If you accept the definition of $A^T$ as the usual easily visualized definition of flipping $A$ along the diagonal and switching its rows and columns, then that equality follows easily from properties of the dot product: $(Ax) \cdot y = (Ax)^T y = (x^T A^T) y = x^T (A^T y) = x \cdot (A^T y)$, where the second equality comes from the following property of transposes: $(AB)^T = B^T A^T$ for two matrices $A$ and $B$, where $B$ could be a vector since we can think of a vector with $n$ entries as a $n \times 1$ matrix. The third equality comes from associativity of matrix multiplication.
As to why Strang introduces that definition in terms of dot products, I would guess it is partly because the “easier” definition of transpose as “flipping a matrix” might be a little casual from a mathematical standpoint. Moreover, this new definition defines the transpose entirely in terms of the dot product, so there is the benefit of being more algebraic and expressed only in terms of one or two basic operations (dot product and matrix multiplication); it doesn’t appeal to the physical idea of flipping a matrix along the diagonal, which is easy to visualize but maybe hard to see how that relates to the algebra of things and to the basic operations used in linear algebra. Both approaches are important and useful.

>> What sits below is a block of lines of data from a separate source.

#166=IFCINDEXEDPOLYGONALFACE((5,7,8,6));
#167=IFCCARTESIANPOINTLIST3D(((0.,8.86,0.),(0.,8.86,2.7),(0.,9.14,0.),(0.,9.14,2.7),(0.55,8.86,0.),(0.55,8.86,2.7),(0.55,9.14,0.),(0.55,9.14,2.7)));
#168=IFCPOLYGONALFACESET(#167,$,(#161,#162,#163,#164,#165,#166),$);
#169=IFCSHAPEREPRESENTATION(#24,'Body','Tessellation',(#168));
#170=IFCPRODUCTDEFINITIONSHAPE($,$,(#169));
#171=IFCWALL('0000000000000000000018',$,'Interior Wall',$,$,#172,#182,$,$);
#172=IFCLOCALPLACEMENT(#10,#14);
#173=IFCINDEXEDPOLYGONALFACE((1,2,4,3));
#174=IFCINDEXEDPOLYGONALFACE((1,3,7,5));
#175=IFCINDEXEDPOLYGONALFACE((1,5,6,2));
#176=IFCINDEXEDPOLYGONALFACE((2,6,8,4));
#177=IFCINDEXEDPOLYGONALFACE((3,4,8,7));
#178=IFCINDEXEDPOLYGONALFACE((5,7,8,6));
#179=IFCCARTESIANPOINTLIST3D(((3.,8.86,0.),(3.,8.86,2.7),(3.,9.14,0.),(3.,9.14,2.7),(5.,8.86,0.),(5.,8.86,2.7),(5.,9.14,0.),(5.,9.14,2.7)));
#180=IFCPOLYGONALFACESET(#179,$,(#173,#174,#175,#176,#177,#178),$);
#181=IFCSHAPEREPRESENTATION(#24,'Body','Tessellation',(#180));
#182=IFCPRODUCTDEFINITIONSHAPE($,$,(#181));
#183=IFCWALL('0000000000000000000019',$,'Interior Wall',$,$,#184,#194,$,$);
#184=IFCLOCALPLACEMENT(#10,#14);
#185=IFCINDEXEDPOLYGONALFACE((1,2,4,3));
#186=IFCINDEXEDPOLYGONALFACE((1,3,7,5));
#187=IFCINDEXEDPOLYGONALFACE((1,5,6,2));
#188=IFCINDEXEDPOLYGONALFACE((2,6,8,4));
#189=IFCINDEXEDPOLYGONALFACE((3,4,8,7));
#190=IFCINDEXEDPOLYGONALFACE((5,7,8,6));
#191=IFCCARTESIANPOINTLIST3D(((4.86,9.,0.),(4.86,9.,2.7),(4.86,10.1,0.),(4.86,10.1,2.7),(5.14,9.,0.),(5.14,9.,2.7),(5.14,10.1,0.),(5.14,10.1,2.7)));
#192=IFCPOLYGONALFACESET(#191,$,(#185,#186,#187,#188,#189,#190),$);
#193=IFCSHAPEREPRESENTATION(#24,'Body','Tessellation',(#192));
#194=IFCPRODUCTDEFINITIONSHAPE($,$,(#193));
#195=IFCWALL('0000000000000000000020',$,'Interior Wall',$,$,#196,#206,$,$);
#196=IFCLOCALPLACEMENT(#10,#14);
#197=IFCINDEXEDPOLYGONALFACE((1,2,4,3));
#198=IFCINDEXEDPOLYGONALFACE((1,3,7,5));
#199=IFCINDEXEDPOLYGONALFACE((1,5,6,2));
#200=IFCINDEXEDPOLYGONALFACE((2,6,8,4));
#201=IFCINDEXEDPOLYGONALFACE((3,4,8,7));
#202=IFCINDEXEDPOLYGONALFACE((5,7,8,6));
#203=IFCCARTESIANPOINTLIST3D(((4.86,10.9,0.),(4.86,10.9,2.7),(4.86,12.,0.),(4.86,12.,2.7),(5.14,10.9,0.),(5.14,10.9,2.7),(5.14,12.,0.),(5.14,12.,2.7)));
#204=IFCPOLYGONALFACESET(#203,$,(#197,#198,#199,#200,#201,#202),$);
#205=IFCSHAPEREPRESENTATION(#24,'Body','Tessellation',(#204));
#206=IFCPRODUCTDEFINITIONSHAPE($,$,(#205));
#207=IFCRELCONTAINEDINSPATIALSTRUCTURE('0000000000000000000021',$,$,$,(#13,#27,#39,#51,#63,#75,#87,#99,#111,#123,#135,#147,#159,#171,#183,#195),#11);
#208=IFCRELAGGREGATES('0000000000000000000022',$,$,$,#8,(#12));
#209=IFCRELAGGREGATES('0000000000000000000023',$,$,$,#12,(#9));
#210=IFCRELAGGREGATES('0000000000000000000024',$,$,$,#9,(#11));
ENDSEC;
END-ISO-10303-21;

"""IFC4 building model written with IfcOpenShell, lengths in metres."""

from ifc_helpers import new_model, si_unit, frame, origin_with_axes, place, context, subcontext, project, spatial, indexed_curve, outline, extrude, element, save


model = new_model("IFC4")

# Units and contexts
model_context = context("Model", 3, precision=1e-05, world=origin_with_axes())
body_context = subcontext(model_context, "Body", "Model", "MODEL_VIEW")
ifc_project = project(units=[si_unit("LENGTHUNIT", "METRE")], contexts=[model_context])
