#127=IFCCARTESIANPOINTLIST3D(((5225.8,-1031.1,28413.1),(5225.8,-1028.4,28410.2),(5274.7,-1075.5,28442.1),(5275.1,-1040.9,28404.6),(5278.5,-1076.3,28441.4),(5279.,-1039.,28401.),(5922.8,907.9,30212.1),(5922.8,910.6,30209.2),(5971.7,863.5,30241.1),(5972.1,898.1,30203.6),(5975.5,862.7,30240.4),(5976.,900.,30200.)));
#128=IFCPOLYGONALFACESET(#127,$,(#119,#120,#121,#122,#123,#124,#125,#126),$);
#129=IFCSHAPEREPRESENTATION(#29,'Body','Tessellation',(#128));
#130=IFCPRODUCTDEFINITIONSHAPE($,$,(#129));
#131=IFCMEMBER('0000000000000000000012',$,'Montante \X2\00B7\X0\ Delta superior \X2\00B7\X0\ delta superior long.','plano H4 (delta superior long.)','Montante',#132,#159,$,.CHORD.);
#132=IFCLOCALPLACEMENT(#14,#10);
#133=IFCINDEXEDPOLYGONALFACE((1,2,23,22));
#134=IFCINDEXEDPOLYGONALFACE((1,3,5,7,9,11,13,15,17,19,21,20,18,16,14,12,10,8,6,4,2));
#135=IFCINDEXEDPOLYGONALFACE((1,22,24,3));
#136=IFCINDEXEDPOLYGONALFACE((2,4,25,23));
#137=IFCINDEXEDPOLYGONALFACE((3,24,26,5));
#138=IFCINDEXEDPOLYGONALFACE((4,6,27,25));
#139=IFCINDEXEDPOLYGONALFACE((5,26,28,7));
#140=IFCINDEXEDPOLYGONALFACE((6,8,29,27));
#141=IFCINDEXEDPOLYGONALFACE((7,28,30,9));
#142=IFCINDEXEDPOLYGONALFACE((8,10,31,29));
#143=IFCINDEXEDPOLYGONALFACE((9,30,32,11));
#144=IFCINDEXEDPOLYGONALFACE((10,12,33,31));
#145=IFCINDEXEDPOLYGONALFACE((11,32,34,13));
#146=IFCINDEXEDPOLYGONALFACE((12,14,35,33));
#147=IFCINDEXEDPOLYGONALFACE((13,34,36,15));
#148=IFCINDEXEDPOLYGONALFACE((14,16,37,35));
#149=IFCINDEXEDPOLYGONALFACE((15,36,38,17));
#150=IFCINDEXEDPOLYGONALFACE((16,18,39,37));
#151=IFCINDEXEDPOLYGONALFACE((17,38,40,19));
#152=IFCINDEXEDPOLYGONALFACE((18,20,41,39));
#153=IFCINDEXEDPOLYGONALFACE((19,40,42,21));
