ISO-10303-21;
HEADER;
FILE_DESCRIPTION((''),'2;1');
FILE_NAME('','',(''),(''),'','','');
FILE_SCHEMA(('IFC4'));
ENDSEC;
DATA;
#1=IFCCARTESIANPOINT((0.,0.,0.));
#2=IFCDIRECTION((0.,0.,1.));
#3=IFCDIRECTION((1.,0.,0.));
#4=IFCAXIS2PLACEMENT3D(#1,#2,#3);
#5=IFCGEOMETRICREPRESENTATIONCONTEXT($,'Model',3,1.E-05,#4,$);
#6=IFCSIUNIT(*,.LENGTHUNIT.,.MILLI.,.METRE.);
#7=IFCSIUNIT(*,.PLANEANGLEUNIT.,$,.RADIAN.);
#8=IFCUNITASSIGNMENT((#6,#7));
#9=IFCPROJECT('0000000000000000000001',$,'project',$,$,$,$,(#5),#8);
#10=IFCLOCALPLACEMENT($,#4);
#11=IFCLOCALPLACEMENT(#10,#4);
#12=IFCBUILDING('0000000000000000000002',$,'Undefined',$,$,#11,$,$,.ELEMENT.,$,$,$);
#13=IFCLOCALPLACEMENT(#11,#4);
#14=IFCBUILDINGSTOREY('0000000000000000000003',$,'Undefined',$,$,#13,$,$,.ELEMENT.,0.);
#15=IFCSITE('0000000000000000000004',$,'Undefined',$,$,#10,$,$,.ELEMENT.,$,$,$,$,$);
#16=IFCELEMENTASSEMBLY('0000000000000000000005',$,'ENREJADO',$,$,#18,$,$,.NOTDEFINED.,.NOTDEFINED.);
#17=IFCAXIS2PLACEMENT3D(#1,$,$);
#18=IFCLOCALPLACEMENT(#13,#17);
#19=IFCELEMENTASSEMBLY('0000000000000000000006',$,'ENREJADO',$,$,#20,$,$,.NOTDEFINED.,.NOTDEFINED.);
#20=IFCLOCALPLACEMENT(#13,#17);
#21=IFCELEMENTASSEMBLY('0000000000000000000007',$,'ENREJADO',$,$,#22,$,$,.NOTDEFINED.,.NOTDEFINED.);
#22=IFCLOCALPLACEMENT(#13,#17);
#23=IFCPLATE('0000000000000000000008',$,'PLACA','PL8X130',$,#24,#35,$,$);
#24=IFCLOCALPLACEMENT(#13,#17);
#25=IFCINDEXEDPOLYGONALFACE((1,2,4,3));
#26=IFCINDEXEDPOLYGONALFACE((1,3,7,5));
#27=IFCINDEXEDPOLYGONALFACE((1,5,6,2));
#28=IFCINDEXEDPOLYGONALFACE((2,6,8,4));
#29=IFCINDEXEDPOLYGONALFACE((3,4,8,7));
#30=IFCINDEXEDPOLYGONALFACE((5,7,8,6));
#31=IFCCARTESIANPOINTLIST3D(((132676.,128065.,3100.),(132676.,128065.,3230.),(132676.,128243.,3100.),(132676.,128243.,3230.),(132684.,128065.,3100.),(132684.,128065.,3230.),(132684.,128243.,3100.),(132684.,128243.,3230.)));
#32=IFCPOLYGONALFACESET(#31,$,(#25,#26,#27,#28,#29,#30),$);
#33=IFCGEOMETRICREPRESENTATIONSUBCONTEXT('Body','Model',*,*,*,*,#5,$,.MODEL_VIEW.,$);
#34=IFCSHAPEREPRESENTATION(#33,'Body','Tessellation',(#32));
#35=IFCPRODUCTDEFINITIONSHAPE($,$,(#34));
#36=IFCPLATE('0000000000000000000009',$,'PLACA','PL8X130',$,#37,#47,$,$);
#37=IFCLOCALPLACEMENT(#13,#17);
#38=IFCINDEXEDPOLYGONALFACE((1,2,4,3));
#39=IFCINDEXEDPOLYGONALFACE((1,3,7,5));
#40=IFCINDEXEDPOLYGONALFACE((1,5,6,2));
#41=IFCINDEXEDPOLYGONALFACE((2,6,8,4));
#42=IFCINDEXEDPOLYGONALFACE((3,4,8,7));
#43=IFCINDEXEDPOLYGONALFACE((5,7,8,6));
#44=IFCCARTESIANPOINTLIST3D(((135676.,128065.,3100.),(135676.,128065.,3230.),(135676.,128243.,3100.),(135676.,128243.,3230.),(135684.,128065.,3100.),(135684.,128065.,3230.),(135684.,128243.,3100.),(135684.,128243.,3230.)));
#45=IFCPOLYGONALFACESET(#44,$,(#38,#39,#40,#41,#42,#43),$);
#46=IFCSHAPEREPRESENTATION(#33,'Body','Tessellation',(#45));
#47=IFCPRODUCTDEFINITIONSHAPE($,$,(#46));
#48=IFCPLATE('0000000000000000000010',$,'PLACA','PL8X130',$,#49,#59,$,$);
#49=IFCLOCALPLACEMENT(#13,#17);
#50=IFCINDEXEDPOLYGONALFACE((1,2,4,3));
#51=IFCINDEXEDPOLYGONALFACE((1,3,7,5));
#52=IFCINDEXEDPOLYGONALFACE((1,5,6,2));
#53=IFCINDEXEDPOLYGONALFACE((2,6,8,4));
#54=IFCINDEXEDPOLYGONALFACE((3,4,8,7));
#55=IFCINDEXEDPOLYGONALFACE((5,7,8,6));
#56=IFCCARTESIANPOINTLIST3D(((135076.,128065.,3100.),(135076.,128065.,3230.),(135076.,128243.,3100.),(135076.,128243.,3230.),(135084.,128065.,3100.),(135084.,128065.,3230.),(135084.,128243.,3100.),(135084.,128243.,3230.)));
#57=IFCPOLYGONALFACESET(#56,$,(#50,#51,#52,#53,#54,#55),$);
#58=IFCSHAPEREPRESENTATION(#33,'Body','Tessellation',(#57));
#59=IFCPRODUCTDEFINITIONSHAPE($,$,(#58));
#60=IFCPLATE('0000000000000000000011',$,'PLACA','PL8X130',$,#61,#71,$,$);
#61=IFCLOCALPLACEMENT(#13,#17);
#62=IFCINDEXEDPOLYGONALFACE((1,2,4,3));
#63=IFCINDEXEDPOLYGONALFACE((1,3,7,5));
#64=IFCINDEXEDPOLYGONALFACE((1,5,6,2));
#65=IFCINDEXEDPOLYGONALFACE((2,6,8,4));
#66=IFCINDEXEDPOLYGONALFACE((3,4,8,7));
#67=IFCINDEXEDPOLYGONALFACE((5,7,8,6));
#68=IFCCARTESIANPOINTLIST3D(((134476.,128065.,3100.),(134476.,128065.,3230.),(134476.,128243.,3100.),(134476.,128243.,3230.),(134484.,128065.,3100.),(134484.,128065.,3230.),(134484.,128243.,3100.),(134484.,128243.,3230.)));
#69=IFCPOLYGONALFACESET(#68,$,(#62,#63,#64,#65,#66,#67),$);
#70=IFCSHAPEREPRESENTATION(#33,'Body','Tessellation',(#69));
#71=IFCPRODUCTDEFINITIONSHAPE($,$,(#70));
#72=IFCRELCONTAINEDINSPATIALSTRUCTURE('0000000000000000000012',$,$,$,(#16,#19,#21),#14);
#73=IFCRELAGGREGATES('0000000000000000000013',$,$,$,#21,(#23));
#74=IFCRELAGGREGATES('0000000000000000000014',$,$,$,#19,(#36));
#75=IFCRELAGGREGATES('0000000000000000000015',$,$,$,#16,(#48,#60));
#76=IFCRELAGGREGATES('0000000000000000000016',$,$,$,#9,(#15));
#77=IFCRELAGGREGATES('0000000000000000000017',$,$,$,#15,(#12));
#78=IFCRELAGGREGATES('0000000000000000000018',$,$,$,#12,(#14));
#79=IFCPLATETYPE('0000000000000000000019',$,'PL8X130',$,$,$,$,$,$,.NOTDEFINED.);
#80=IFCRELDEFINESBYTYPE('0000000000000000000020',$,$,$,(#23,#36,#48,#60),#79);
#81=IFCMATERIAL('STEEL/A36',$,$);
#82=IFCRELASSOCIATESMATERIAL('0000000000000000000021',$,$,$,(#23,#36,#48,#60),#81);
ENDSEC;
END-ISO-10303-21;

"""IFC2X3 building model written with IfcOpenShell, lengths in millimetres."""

from ifc_helpers import new_model, si_unit, frame, origin_with_axes, place, context, subcontext, project, spatial, polyline, outline, extrude, material, type_object, element, aggregate, save


model = new_model("IFC2X3")

# Units and contexts
model_context = context("Model", 3, precision=1e-05, world=origin_with_axes())
body_context = subcontext(model_context, "Body", "Model", "MODEL_VIEW")
ifc_project = project(units=[si_unit("LENGTHUNIT", "METRE", prefix="MILLI"), si_unit("PLANEANGLEUNIT", "RADIAN")], contexts=[model_context])

# Site, building, storey
site_placement = place(None, origin_with_axes())
site = spatial("IfcSite", under=ifc_project, at=site_placement, Name="Undefined", CompositionType="ELEMENT")
building_placement = place(site_placement, origin_with_axes())
building = spatial("IfcBuilding", under=site, at=building_placement, Name="Undefined", CompositionType="ELEMENT")
storey_placement = place(building_placement, origin_with_axes())
storey = spatial("IfcBuildingStorey", under=building, at=storey_placement, Name="Undefined", CompositionType="ELEMENT", Elevation=0.0)

# Shared definitions
ifc_material_1 = material(Name="STEEL/A36")

# Element assembly
assembly_1_placement = place(storey_placement, origin_with_axes())
assembly_1 = element("IfcElementAssembly", 1, at=assembly_1_placement, inside=storey, Name="ENREJADO", AssemblyPlace="NOTDEFINED", PredefinedType="NOTDEFINED")

# Element assembly
assembly_2_placement = place(storey_placement, origin_with_axes())
assembly_2 = element("IfcElementAssembly", 2, at=assembly_2_placement, inside=storey, Name="ENREJADO", AssemblyPlace="NOTDEFINED", PredefinedType="NOTDEFINED")

# Element assembly
assembly_3_placement = place(storey_placement, origin_with_axes())
assembly_3 = element("IfcElementAssembly", 3, at=assembly_3_placement, inside=storey, Name="ENREJADO", AssemblyPlace="NOTDEFINED", PredefinedType="NOTDEFINED")

# Plates
plate_type_1 = type_object("IfcPlateType", Name="PL8X130", PredefinedType="NOTDEFINED")
plate_1_placement = place(assembly_3_placement, frame((132680.0, 128065.0, 3165.0), z_axis=(-1.0, 0.000001, 0.0), x_axis=(0.000001, 1.0, 0.0)))
plate_1 = element("IfcPlate", 4, at=plate_1_placement, type_object=plate_type_1, material=ifc_material_1, Name="PLACA", Description="PL8X130", context=body_context, shape_type="SweptSolid", body=[
    extrude(outline(polyline([(0.0, -65.0), (0.0, 65.0), (178.0, 65.0), (178.0, -65.0), (0.0, -65.0)])), frame((0.0, 0.0, -4.0), z_axis=(0.0, 0.0, 1.0), x_axis=(1.0, 0.0, 0.0)), (0.0, 0.0, 1.0), 8.0),
])
aggregate(assembly_3, [plate_1])
plate_2_placement = place(assembly_2_placement, frame((135680.0, 128065.0, 3165.0), z_axis=(-1.0, 0.000001, 0.0), x_axis=(0.000001, 1.0, 0.0)))
plate_2 = element("IfcPlate", 5, at=plate_2_placement, type_object=plate_type_1, material=ifc_material_1, Name="PLACA", Description="PL8X130", context=body_context, shape_type="SweptSolid", body=[
    extrude(outline(polyline([(0.0, -65.0), (0.0, 65.0), (178.0, 65.0), (178.0, -65.0), (0.0, -65.0)])), frame((0.0, 0.0, -4.0), z_axis=(0.0, 0.0, 1.0), x_axis=(1.0, 0.0, 0.0)), (0.0, 0.0, 1.0), 8.0),
])
aggregate(assembly_2, [plate_2])
plate_3_placement = place(assembly_1_placement, frame((135080.0, 128065.0, 3165.0), z_axis=(-1.0, 0.000001, 0.0), x_axis=(0.000001, 1.0, 0.0)))
plate_3 = element("IfcPlate", 6, at=plate_3_placement, type_object=plate_type_1, material=ifc_material_1, Name="PLACA", Description="PL8X130", context=body_context, shape_type="SweptSolid", body=[
    extrude(outline(polyline([(0.0, -65.0), (0.0, 65.0), (178.0, 65.0), (178.0, -65.0), (0.0, -65.0)])), frame((0.0, 0.0, -4.0), z_axis=(0.0, 0.0, 1.0), x_axis=(1.0, 0.0, 0.0)), (0.0, 0.0, 1.0), 8.0),
])
plate_4_placement = place(assembly_1_placement, frame((134480.0, 128065.0, 3165.0), z_axis=(-1.0, 0.000001, 0.0), x_axis=(0.000001, 1.0, 0.0)))
plate_4 = element("IfcPlate", 7, at=plate_4_placement, type_object=plate_type_1, material=ifc_material_1, Name="PLACA", Description="PL8X130", context=body_context, shape_type="SweptSolid", body=[
    extrude(outline(polyline([(0.0, -65.0), (0.0, 65.0), (178.0, 65.0), (178.0, -65.0), (0.0, -65.0)])), frame((0.0, 0.0, -4.0), z_axis=(0.0, 0.0, 1.0), x_axis=(1.0, 0.0, 0.0)), (0.0, 0.0, 1.0), 8.0),
])
aggregate(assembly_1, [plate_3, plate_4])

save(model, "model.ifc")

Also, as a general remark, the dot product is an example of an inner product (and more generally, bilinear form), which if you haven’t encountered already, you will probably encounter if you study more math/linear algebra. Notions like inner product, inner product spaces, bilinear forms are very important and general concepts in math. So, the transpose can be introduced this way, and this approach may seem alien and esoteric, but is actually more general (and rigorous). Anyways, I don't know too much about that, so I won't comment further.
As for the geometric intuition, I’m not sure if I can answer it better than the top-rated answer in the following post: What is the geometric interpretation of the transpose?. That answer references the singular value decomposition. So, you could wait until Chapter 7 of Strang’s book, in which he talks about the SVD, as well as the geometry of it. Of course, there may be a quicker answer that is still satisfying and doesn’t reference the SVD, but I’m not currently aware of one.